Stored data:

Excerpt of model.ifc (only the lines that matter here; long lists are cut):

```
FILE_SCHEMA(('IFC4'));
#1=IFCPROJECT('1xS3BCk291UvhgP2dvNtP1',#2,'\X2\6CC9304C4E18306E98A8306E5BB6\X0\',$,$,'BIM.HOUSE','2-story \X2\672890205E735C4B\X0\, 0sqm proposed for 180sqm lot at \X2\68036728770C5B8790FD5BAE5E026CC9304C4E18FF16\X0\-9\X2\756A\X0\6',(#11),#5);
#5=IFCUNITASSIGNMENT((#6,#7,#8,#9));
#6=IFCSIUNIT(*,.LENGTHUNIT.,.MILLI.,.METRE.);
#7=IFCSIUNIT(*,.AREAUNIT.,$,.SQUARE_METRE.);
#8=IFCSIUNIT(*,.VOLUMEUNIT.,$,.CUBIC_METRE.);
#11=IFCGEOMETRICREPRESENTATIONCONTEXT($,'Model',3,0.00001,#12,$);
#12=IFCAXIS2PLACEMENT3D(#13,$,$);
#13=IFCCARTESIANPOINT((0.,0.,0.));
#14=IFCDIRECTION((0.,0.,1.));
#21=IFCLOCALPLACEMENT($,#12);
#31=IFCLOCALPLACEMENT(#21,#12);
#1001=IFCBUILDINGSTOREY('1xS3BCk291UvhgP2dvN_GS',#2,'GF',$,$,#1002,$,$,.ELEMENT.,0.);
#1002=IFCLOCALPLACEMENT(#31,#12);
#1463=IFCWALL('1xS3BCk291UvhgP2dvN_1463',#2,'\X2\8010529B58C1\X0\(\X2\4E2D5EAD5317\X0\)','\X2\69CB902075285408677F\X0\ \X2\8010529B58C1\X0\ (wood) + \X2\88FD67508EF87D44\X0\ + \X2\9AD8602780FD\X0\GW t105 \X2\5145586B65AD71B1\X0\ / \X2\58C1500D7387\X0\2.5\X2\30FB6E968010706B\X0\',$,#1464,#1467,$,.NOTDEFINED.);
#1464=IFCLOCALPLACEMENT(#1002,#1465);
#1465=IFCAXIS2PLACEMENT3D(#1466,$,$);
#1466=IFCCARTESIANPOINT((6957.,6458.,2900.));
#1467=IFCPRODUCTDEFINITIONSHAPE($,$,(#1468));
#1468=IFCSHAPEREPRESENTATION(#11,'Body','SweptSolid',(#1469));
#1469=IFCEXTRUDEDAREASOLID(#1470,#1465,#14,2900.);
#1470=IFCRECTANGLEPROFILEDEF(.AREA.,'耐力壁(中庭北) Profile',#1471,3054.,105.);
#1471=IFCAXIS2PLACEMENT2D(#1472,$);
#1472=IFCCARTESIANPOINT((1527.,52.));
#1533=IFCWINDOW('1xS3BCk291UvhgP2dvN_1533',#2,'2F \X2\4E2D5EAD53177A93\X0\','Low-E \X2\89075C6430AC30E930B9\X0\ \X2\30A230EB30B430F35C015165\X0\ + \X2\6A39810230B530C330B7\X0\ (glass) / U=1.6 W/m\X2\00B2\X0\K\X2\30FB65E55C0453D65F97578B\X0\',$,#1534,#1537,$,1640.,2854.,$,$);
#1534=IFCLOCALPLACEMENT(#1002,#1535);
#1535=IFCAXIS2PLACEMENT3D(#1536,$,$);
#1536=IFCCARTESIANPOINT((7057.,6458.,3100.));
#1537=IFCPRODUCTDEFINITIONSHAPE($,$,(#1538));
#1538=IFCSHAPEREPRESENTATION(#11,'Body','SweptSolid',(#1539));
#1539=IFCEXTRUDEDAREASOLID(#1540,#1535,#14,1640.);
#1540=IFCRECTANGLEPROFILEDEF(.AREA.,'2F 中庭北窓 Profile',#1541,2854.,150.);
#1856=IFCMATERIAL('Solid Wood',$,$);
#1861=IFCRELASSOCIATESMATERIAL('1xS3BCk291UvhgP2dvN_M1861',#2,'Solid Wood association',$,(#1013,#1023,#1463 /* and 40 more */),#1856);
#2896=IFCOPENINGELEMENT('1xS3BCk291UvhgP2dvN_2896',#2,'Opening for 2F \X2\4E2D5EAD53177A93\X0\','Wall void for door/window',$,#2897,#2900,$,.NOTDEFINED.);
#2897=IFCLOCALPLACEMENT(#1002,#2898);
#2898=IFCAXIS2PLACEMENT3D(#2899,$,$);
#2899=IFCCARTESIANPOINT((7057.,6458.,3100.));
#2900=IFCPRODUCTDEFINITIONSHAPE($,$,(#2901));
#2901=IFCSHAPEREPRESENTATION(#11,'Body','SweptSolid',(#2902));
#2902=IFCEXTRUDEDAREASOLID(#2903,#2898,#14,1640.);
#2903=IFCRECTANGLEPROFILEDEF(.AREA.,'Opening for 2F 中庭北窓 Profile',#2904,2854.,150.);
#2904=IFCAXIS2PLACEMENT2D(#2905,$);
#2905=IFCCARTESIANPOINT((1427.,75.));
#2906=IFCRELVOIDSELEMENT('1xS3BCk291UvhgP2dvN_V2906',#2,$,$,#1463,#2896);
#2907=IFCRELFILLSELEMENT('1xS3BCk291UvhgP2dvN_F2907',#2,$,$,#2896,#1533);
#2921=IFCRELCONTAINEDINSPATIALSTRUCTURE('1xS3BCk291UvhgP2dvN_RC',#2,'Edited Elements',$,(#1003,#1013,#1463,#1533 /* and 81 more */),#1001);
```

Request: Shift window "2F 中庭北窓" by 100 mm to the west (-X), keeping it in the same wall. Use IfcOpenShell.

```python
import ifcopenshell
import ifcopenshell.api.geometry
import ifcopenshell.util.placement

model = ifcopenshell.open("model.ifc")

window = model.by_guid("1xS3BCk291UvhgP2dvN_1533")
opening = window.FillsVoids[0].RelatingOpeningElement
wall = opening.VoidsElements[0].RelatingBuildingElement

wall_matrix = ifcopenshell.util.placement.get_local_placement(wall.ObjectPlacement)
shift = wall_matrix[:3, 0] * -100.0
before = ifcopenshell.util.placement.get_local_placement(window.ObjectPlacement)[:3, 3].copy()

# The window is not placed relative to its opening, so move both.
for product in (opening, window):
    matrix = ifcopenshell.util.placement.get_local_placement(product.ObjectPlacement)
    matrix[:3, 3] += shift
    ifcopenshell.api.geometry.edit_object_placement(model, product=product, matrix=matrix, is_si=False)

after = ifcopenshell.util.placement.get_local_placement(window.ObjectPlacement)[:3, 3]
print("window moved by", (after - before).round(3) + 0.0)

model.write("model_updated.ifc")
```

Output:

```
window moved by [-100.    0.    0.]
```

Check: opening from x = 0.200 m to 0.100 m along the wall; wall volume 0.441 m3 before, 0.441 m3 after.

### Exercise objective
Copy out every entry again, exactly as it was given.

### Answer space
Excerpt of model.ifc (only the lines that matter here; long lists are cut):

```
FILE_SCHEMA(('IFC4'));
#1=IFCPROJECT('1xS3BCk291UvhgP2dvNtP1',#2,'\X2\6CC9304C4E18306E98A8306E5BB6\X0\',$,$,'BIM.HOUSE','2-story \X2\672890205E735C4B\X0\, 0sqm proposed for 180sqm lot at \X2\68036728770C5B8790FD5BAE5E026CC9304C4E18FF16\X0\-9\X2\756A\X0\6',(#11),#5);
#5=IFCUNITASSIGNMENT((#6,#7,#8,#9));
#6=IFCSIUNIT(*,.LENGTHUNIT.,.MILLI.,.METRE.);
#7=IFCSIUNIT(*,.AREAUNIT.,$,.SQUARE_METRE.);
#8=IFCSIUNIT(*,.VOLUMEUNIT.,$,.CUBIC_METRE.);
#11=IFCGEOMETRICREPRESENTATIONCONTEXT($,'Model',3,0.00001,#12,$);
#12=IFCAXIS2PLACEMENT3D(#13,$,$);
#13=IFCCARTESIANPOINT((0.,0.,0.));
#14=IFCDIRECTION((0.,0.,1.));
#21=IFCLOCALPLACEMENT($,#12);
#31=IFCLOCALPLACEMENT(#21,#12);
#1001=IFCBUILDINGSTOREY('1xS3BCk291UvhgP2dvN_GS',#2,'GF',$,$,#1002,$,$,.ELEMENT.,0.);
#1002=IFCLOCALPLACEMENT(#31,#12);
#1463=IFCWALL('1xS3BCk291UvhgP2dvN_1463',#2,'\X2\8010529B58C1\X0\(\X2\4E2D5EAD5317\X0\)','\X2\69CB902075285408677F\X0\ \X2\8010529B58C1\X0\ (wood) + \X2\88FD67508EF87D44\X0\ + \X2\9AD8602780FD\X0\GW t105 \X2\5145586B65AD71B1\X0\ / \X2\58C1500D7387\X0\2.5\X2\30FB6E968010706B\X0\',$,#1464,#1467,$,.NOTDEFINED.);
#1464=IFCLOCALPLACEMENT(#1002,#1465);
#1465=IFCAXIS2PLACEMENT3D(#1466,$,$);
#1466=IFCCARTESIANPOINT((6957.,6458.,2900.));
#1467=IFCPRODUCTDEFINITIONSHAPE($,$,(#1468));
#1468=IFCSHAPEREPRESENTATION(#11,'Body','SweptSolid',(#1469));
#1469=IFCEXTRUDEDAREASOLID(#1470,#1465,#14,2900.);
#1470=IFCRECTANGLEPROFILEDEF(.AREA.,'耐力壁(中庭北) Profile',#1471,3054.,105.);
#1471=IFCAXIS2PLACEMENT2D(#1472,$);
#1472=IFCCARTESIANPOINT((1527.,52.));
#1533=IFCWINDOW('1xS3BCk291UvhgP2dvN_1533',#2,'2F \X2\4E2D5EAD53177A93\X0\','Low-E \X2\89075C6430AC30E930B9\X0\ \X2\30A230EB30B430F35C015165\X0\ + \X2\6A39810230B530C330B7\X0\ (glass) / U=1.6 W/m\X2\00B2\X0\K\X2\30FB65E55C0453D65F97578B\X0\',$,#1534,#1537,$,1640.,2854.,$,$);
#1534=IFCLOCALPLACEMENT(#1002,#1535);
#1535=IFCAXIS2PLACEMENT3D(#1536,$,$);
#1536=IFCCARTESIANPOINT((7057.,6458.,3100.));
#1537=IFCPRODUCTDEFINITIONSHAPE($,$,(#1538));
#1538=IFCSHAPEREPRESENTATION(#11,'Body','SweptSolid',(#1539));
#1539=IFCEXTRUDEDAREASOLID(#1540,#1535,#14,1640.);
#1540=IFCRECTANGLEPROFILEDEF(.AREA.,'2F 中庭北窓 Profile',#1541,2854.,150.);
#1856=IFCMATERIAL('Solid Wood',$,$);
#1861=IFCRELASSOCIATESMATERIAL('1xS3BCk291UvhgP2dvN_M1861',#2,'Solid Wood association',$,(#1013,#1023,#1463 /* and 40 more */),#1856);
#2896=IFCOPENINGELEMENT('1xS3BCk291UvhgP2dvN_2896',#2,'Opening for 2F \X2\4E2D5EAD53177A93\X0\','Wall void for door/window',$,#2897,#2900,$,.NOTDEFINED.);
#2897=IFCLOCALPLACEMENT(#1002,#2898);
#2898=IFCAXIS2PLACEMENT3D(#2899,$,$);
#2899=IFCCARTESIANPOINT((7057.,6458.,3100.));
#2900=IFCPRODUCTDEFINITIONSHAPE($,$,(#2901));
#2901=IFCSHAPEREPRESENTATION(#11,'Body','SweptSolid',(#2902));
#2902=IFCEXTRUDEDAREASOLID(#2903,#2898,#14,1640.);
#2903=IFCRECTANGLEPROFILEDEF(.AREA.,'Opening for 2F 中庭北窓 Profile',#2904,2854.,150.);
#2904=IFCAXIS2PLACEMENT2D(#2905,$);
#2905=IFCCARTESIANPOINT((1427.,75.));
#2906=IFCRELVOIDSELEMENT('1xS3BCk291UvhgP2dvN_V2906',#2,$,$,#1463,#2896);
#2907=IFCRELFILLSELEMENT('1xS3BCk291UvhgP2dvN_F2907',#2,$,$,#2896,#1533);
#2921=IFCRELCONTAINEDINSPATIALSTRUCTURE('1xS3BCk291UvhgP2dvN_RC',#2,'Edited Elements',$,(#1003,#1013,#1463,#1533 /* and 81 more */),#1001);
```

Request: Shift window "2F 中庭北窓" by 100 mm to the west (-X), keeping it in the same wall. Use IfcOpenShell.

```python
import ifcopenshell
import ifcopenshell.api.geometry
import ifcopenshell.util.placement

model = ifcopenshell.open("model.ifc")

window = model.by_guid("1xS3BCk291UvhgP2dvN_1533")
opening = window.FillsVoids[0].RelatingOpeningElement
wall = opening.VoidsElements[0].RelatingBuildingElement

wall_matrix = ifcopenshell.util.placement.get_local_placement(wall.ObjectPlacement)
shift = wall_matrix[:3, 0] * -100.0
before = ifcopenshell.util.placement.get_local_placement(window.ObjectPlacement)[:3, 3].copy()

# The window is not placed relative to its opening, so move both.
for product in (opening, window):
    matrix = ifcopenshell.util.placement.get_local_placement(product.ObjectPlacement)
    matrix[:3, 3] += shift
    ifcopenshell.api.geometry.edit_object_placement(model, product=product, matrix=matrix, is_si=False)

after = ifcopenshell.util.placement.get_local_placement(window.ObjectPlacement)[:3, 3]
print("window moved by", (after - before).round(3) + 0.0)

model.write("model_updated.ifc")
```

Output:

```
window moved by [-100.    0.    0.]
```

Check: opening from x = 0.200 m to 0.100 m along the wall; wall volume 0.441 m3 before, 0.441 m3 after.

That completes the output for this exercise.